NIFTY LOSES OVER 30% FROM THE PEAK

  • With the sharp fall on Wednesday, the Nifty has lost 31.4% from the closing peak of January 14. The only bear crash that was more rapid than this fall was the crash in May 2006 when the markets lost 31% in just 34 days.
  • With the Supreme Court order on telecom companies. Banks are likely to remain under pressure. Banks like IndusInd, Kotak Bank and ICICI Bank have substantial exposure to telecom as do SBI and HDFC Bank. The pressure could continue.
  • FPIs were net sellers to the tune of Rs.5085 crore while DFIs bought Rs.3636 crore on Wednesday. FIIs have relentlessly sold in the last one month and have sold off more than Rs.62,000 crore in equity and debt put together.

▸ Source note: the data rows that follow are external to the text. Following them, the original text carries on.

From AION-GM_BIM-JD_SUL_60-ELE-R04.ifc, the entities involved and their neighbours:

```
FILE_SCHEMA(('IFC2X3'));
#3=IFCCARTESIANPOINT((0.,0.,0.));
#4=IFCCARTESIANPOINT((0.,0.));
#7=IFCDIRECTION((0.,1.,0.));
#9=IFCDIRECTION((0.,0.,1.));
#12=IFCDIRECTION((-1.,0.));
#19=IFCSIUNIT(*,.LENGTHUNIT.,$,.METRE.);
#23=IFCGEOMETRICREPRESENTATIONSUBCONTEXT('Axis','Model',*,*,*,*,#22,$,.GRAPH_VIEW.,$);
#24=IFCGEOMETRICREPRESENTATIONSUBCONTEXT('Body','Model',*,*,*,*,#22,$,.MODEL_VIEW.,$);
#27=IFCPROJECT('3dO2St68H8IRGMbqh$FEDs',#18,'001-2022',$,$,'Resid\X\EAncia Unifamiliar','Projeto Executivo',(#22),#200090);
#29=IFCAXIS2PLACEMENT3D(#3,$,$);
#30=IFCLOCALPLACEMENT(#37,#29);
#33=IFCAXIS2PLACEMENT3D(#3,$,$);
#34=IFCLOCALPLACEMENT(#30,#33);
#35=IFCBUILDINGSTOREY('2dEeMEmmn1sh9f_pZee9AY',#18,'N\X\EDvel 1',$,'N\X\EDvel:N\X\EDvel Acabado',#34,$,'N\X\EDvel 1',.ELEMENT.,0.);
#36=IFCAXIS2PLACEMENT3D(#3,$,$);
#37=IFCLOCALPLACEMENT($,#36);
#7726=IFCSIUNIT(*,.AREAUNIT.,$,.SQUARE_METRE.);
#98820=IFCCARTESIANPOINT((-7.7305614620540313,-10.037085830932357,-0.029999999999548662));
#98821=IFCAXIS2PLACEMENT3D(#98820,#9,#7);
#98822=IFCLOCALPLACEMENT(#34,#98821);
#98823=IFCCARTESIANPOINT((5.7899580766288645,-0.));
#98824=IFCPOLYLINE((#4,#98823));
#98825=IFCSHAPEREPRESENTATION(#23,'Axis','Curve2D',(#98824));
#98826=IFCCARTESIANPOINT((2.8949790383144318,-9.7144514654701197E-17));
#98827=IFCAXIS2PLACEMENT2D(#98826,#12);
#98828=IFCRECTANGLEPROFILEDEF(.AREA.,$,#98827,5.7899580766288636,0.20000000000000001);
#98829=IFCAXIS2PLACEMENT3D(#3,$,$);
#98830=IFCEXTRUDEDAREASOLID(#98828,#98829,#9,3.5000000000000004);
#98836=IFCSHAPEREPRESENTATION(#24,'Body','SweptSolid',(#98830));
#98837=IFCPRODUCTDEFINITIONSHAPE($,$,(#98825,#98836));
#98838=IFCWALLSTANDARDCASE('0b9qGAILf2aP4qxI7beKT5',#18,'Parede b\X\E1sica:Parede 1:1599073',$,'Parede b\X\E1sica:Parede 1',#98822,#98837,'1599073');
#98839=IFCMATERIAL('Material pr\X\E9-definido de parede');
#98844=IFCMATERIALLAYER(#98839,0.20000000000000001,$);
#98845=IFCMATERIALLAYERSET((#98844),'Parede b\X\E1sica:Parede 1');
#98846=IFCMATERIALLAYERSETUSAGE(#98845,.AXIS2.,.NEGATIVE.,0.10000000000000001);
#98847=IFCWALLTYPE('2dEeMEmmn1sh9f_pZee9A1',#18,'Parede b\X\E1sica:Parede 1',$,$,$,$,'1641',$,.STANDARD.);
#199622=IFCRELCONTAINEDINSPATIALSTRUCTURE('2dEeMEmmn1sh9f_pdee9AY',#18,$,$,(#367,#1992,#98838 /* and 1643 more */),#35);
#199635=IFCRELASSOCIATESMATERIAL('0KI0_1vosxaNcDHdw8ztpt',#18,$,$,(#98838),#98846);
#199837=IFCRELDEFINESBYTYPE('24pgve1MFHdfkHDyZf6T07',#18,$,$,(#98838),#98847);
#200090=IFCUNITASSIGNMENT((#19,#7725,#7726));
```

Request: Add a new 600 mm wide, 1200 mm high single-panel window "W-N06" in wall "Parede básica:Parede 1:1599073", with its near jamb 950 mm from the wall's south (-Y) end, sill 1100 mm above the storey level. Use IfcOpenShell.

```python
import numpy as np
import ifcopenshell
import ifcopenshell.api.feature
import ifcopenshell.api.geometry
import ifcopenshell.api.root
import ifcopenshell.api.spatial
import ifcopenshell.api.type
import ifcopenshell.geom
import ifcopenshell.util.element
import ifcopenshell.util.placement
import ifcopenshell.util.representation
import ifcopenshell.util.shape
import ifcopenshell.util.unit

model = ifcopenshell.open("AION-GM_BIM-JD_SUL_60-ELE-R04.ifc")
unit_scale = ifcopenshell.util.unit.calculate_unit_scale(model)
settings = ifcopenshell.geom.settings()


def volume(element):
    """Net volume in cubic metres, openings subtracted."""
    shape = ifcopenshell.geom.create_shape(settings, element)
    return ifcopenshell.util.shape.get_volume(shape.geometry)


wall = model.by_guid("0b9qGAILf2aP4qxI7beKT5")
storey = ifcopenshell.util.element.get_container(wall, ifc_class="IfcBuildingStorey")
context = ifcopenshell.util.representation.get_context(model, "Model", "Body", "MODEL_VIEW")
before = volume(wall)

width, height, from_end, sill = 0.6, 1.2, 0.95, 1.1  # metres

# The wall runs along its own X axis, and the end named is its -X end.
wall_shape = ifcopenshell.geom.create_shape(settings, wall)
x, y, z = ifcopenshell.util.shape.get_vertices(wall_shape.geometry).T
start = x.min() + from_end
face, thickness = float(y.min()), float(y.max() - y.min())
wall_matrix = ifcopenshell.util.placement.get_local_placement(wall.ObjectPlacement)
level = ifcopenshell.util.placement.get_local_placement(storey.ObjectPlacement)[2, 3]


def in_wall(x, y):
    """Placement at x, y metres in the wall's axes, at sill height."""
    matrix = wall_matrix.copy()
    matrix[:, 3] = wall_matrix @ np.array([x / unit_scale, y / unit_scale, 0.0, 1.0])
    matrix[2, 3] = level + sill / unit_scale
    return matrix


# Opening: a box that overshoots both wall faces by 50 mm.
opening = ifcopenshell.api.root.create_entity(model, ifc_class="IfcOpeningElement")
box = ifcopenshell.api.geometry.add_wall_representation(
    model, context=context, length=width, height=height, thickness=thickness + 0.1
)
ifcopenshell.api.geometry.assign_representation(model, product=opening, representation=box)
ifcopenshell.api.geometry.edit_object_placement(model, product=opening, matrix=in_wall(start, face - 0.05), is_si=False)
ifcopenshell.api.feature.add_feature(model, feature=opening, element=wall)

window = ifcopenshell.api.root.create_entity(model, ifc_class="IfcWindow", name="W-N06")
window.OverallWidth, window.OverallHeight = width / unit_scale, height / unit_scale
body = ifcopenshell.api.geometry.add_window_representation(
    model,
    context=context,
    overall_width=window.OverallWidth,
    overall_height=window.OverallHeight,
    partition_type="SINGLE_PANEL",
)
ifcopenshell.api.geometry.assign_representation(model, product=window, representation=body)
ifcopenshell.api.spatial.assign_container(model, products=[window], relating_structure=storey)
fills = ifcopenshell.api.feature.add_filling(model, opening=opening, element=window)
fills.OwnerHistory = window.OwnerHistory  # required in IFC2X3

# IFC2X3 keeps the operation on the window style.
style = ifcopenshell.api.root.create_entity(model, ifc_class="IfcWindowStyle", name="W-N06")
style.OperationType, style.ConstructionType = "SINGLE_PANEL", "NOTDEFINED"
style.ParameterTakesPrecedence = style.Sizeable = False
ifcopenshell.api.type.assign_type(model, related_objects=[window], relating_type=style)

# Centre the window in the wall's thickness.
ifcopenshell.api.geometry.edit_object_placement(model, product=window, matrix=in_wall(start, face), is_si=False)
window_shape = ifcopenshell.geom.create_shape(settings, window)
depth = ifcopenshell.util.shape.get_vertices(window_shape.geometry)[:, 1]
offset = face + thickness / 2 - (depth.min() + depth.max()) / 2
ifcopenshell.api.geometry.edit_object_placement(model, product=window, matrix=in_wall(start, offset), is_si=False)

after = volume(wall)

print(f"wall volume {before:.3f} -> {after:.3f} m3")

model.write("AION-GM_BIM-JD_SUL_60-ELE-R04_rev.ifc")
```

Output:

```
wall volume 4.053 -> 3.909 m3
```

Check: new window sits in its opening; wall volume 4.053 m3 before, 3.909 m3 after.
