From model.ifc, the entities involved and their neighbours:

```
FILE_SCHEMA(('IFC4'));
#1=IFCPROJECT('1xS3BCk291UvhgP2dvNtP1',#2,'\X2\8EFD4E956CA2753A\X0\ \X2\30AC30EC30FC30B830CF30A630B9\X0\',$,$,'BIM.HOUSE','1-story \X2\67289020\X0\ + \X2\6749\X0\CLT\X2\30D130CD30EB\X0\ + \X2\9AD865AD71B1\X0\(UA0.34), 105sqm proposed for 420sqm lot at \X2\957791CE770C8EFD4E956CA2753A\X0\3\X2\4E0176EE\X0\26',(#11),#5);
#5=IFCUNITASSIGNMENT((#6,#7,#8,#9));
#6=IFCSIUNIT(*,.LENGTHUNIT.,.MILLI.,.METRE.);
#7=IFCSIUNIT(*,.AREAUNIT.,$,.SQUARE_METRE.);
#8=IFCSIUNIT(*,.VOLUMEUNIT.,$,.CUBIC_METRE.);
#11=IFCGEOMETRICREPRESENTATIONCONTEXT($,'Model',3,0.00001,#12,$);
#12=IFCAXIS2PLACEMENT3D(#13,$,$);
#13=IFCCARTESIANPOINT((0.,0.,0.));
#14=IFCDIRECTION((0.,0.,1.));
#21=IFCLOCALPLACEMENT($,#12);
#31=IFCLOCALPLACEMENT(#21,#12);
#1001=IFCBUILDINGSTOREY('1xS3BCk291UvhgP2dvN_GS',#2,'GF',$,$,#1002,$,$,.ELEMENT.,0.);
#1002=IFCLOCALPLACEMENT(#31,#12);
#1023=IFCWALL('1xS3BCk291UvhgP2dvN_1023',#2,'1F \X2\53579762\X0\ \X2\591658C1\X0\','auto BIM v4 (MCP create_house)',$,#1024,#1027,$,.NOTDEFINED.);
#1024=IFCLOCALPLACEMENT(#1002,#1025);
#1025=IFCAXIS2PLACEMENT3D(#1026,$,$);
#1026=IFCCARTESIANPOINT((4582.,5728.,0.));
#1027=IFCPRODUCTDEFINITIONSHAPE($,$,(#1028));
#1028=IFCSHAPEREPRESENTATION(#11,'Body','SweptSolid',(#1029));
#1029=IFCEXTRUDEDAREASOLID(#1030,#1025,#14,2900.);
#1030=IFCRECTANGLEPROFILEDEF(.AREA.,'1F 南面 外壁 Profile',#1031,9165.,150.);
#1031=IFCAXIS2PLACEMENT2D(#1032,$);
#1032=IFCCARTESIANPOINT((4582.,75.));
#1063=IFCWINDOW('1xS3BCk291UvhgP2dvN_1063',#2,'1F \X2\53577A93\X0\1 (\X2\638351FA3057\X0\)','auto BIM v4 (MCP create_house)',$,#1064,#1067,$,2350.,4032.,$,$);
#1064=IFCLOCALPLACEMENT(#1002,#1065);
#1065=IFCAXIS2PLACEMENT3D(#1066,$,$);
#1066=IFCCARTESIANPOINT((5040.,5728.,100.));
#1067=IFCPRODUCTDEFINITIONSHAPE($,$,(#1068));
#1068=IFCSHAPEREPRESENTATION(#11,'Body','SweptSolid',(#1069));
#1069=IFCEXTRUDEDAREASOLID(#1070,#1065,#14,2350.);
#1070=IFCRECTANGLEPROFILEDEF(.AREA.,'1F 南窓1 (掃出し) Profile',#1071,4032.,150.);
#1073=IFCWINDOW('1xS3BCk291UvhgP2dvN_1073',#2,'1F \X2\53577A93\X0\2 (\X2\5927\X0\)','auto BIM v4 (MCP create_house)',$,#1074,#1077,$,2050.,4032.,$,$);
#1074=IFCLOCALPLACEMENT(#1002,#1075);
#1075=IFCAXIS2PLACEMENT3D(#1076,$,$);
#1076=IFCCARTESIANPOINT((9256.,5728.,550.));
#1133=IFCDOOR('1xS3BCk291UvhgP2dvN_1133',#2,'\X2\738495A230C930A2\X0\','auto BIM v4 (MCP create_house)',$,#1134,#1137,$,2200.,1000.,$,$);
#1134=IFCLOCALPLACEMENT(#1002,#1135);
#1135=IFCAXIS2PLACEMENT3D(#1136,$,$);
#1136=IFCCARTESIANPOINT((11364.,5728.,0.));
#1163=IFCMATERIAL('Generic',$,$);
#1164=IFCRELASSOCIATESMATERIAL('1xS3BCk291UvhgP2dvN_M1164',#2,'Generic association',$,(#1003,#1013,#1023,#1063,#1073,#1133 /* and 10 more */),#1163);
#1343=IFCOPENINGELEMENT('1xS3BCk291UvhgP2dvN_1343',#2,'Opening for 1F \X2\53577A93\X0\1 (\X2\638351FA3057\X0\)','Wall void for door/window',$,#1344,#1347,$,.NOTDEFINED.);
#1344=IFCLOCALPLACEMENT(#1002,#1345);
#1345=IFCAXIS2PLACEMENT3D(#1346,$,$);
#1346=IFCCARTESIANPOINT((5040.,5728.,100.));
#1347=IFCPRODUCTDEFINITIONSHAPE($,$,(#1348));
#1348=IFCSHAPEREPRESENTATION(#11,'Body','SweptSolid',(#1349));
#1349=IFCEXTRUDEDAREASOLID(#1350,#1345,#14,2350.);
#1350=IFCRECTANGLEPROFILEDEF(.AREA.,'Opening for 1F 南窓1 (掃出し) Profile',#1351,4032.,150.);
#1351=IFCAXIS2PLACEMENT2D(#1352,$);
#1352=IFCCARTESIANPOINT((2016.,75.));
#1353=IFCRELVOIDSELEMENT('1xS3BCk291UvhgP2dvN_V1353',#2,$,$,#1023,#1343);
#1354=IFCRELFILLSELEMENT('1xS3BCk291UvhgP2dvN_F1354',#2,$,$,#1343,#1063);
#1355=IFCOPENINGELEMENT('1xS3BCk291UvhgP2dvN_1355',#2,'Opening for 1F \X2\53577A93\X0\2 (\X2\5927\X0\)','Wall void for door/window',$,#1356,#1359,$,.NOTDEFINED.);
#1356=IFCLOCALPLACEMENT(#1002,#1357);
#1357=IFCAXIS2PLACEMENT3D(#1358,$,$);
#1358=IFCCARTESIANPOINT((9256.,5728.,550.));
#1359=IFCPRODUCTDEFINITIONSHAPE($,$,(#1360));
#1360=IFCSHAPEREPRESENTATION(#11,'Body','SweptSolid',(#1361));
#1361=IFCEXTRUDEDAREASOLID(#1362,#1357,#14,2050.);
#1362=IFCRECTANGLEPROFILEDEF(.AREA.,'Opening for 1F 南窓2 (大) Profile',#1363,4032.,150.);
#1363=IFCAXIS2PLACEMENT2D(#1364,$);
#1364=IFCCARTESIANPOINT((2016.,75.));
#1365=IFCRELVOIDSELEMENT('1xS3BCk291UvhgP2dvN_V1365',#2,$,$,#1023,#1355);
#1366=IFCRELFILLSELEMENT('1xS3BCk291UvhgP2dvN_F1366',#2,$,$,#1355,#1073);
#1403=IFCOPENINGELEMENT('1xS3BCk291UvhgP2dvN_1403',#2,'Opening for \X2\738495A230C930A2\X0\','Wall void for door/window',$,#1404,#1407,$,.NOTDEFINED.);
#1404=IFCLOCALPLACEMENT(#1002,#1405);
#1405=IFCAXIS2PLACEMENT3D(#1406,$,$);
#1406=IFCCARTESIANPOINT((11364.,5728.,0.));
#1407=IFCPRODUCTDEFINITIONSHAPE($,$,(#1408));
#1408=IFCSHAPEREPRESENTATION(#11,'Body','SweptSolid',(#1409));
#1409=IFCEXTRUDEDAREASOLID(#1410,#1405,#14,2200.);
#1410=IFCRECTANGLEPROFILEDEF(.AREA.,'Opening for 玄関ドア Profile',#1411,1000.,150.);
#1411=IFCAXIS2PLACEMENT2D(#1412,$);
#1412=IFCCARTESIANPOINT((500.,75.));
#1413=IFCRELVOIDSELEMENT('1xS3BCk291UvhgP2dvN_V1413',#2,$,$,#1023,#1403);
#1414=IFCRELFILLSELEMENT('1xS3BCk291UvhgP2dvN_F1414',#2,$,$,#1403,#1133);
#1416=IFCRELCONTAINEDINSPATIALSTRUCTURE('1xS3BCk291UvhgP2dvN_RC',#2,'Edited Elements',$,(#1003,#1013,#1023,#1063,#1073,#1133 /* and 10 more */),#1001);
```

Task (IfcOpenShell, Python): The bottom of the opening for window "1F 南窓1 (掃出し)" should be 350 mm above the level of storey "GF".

```python
import numpy as np
import ifcopenshell
import ifcopenshell.api.geometry
import ifcopenshell.geom
import ifcopenshell.util.element
import ifcopenshell.util.placement
import ifcopenshell.util.shape
import ifcopenshell.util.unit

model = ifcopenshell.open("model.ifc")
unit_scale = ifcopenshell.util.unit.calculate_unit_scale(model)

window = model.by_guid("1xS3BCk291UvhgP2dvN_1063")
opening = window.FillsVoids[0].RelatingOpeningElement
storey = ifcopenshell.util.element.get_container(window, ifc_class="IfcBuildingStorey")
level = ifcopenshell.util.placement.get_local_placement(storey.ObjectPlacement)[2, 3]

# The opening's origin need not be at the sill, so measure its lowest point.
shape = ifcopenshell.geom.create_shape(ifcopenshell.geom.settings(), opening)
bottom = ifcopenshell.util.shape.get_shape_bottom_elevation(shape, shape.geometry) / unit_scale
dz = level + 350.0 - bottom

shift = np.array([0.0, 0.0, dz])
# The window is not placed relative to its opening, so move both.
for product in (opening, window):
    matrix = ifcopenshell.util.placement.get_local_placement(product.ObjectPlacement)
    matrix[:3, 3] += shift
    ifcopenshell.api.geometry.edit_object_placement(model, product=product, matrix=matrix, is_si=False)

print(f"moved by {dz * unit_scale:+.3f} m")

model.write("model_rev.ifc")
```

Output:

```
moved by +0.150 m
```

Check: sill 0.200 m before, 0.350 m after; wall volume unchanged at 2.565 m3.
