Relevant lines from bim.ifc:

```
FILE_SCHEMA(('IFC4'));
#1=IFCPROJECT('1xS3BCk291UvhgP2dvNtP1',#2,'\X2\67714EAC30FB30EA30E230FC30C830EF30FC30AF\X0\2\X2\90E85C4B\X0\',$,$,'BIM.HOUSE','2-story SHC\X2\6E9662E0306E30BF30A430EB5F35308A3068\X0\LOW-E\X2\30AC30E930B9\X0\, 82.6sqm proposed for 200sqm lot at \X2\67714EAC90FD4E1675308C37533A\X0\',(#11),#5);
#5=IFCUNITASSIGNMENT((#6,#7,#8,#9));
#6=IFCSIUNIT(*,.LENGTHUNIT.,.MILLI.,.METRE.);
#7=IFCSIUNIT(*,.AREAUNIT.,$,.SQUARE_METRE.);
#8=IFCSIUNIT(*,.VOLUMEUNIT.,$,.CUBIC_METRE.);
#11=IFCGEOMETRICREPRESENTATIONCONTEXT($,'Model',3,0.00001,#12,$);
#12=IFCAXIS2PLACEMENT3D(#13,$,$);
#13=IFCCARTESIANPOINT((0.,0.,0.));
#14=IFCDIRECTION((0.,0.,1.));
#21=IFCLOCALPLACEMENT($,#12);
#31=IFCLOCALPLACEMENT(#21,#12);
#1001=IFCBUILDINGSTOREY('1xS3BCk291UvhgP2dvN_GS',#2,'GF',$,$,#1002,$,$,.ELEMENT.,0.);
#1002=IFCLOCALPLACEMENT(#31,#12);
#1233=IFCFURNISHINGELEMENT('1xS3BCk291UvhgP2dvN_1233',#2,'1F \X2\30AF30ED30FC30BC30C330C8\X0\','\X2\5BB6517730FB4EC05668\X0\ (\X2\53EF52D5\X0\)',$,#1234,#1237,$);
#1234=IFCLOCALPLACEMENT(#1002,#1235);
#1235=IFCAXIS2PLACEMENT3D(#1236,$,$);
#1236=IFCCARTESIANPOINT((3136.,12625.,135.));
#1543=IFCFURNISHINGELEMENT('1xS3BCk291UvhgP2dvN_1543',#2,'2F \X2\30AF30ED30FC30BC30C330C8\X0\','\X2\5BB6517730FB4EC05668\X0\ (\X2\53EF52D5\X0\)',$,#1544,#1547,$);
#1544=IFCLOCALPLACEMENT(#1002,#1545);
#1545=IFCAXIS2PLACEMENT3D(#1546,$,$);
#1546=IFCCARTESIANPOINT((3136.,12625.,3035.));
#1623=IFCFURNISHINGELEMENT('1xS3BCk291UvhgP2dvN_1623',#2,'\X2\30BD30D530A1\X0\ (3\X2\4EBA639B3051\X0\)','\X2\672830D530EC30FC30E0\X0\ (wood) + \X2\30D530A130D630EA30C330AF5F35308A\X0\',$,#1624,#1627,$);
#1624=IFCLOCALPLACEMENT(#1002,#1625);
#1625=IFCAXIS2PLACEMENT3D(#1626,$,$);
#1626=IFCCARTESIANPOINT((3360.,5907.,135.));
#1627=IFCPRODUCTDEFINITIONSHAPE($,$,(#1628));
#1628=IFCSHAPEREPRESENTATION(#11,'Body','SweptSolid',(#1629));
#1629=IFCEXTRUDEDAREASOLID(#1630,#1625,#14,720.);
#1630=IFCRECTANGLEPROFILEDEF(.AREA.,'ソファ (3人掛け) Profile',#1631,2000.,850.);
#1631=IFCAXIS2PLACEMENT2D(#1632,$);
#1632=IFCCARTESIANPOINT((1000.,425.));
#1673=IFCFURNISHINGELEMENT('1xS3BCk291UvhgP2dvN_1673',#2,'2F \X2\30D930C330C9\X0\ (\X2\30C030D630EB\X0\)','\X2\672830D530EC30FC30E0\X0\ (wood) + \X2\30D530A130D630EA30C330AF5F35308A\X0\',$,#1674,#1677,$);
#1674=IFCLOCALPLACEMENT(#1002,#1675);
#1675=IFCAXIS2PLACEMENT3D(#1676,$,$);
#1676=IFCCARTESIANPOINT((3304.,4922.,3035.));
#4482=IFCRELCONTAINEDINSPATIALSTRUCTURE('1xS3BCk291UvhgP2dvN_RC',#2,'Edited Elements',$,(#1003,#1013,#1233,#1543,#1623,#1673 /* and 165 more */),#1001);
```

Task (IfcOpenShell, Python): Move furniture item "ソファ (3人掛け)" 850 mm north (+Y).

```python
import ifcopenshell
import ifcopenshell.api.geometry
import ifcopenshell.util.placement

model = ifcopenshell.open("bim.ifc")

item = model.by_guid("1xS3BCk291UvhgP2dvN_1623")
matrix = ifcopenshell.util.placement.get_local_placement(item.ObjectPlacement)
matrix[1, 3] += 850.0
ifcopenshell.api.geometry.edit_object_placement(model, product=item, matrix=matrix, is_si=False)

print(ifcopenshell.util.placement.get_local_placement(item.ObjectPlacement).round(3) + 0.0)

model.write("bim_v2.ifc")
```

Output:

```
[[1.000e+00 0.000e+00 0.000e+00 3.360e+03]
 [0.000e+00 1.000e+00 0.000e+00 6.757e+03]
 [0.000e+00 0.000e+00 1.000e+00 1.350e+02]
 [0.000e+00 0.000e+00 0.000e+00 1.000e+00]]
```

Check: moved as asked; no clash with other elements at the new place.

  • The carnage in the markets shows no signs of relenting as the Dow again lost over 1000 points and the NASDAQ has also now given up more than 30% from the peak. Europe is down 5% while the SGX Nifty is also trading 2% lower in early trades.
  • ONGC at Rs.60 does offer a good chance to enter the oil space at low levels. One thing likely to happen now is that the storage demand will start picking up and will continue till storage peaks. That should help ONGC. Target Rs.75 in ONGC.
  • Yesterday we had issued a specific warning about private banks and the telecom order only worsened the situation. Use any bounce to sell out of stocks like ICICI Bank, Axis Bank and IndusInd Bank. It is a sell on rises market for banks.
  • Mannapuram has lost nearly 60% from its peak even as its core model still remains robust. We suggest buying Mannapuram at around Rs.88 for targets of Rs.120. We do expect the gold prices to pick up once again.
  • Indian markets may remain under pressure as the COVID shows signs of gathering momentum in India. Uses any bounces in the market to sell.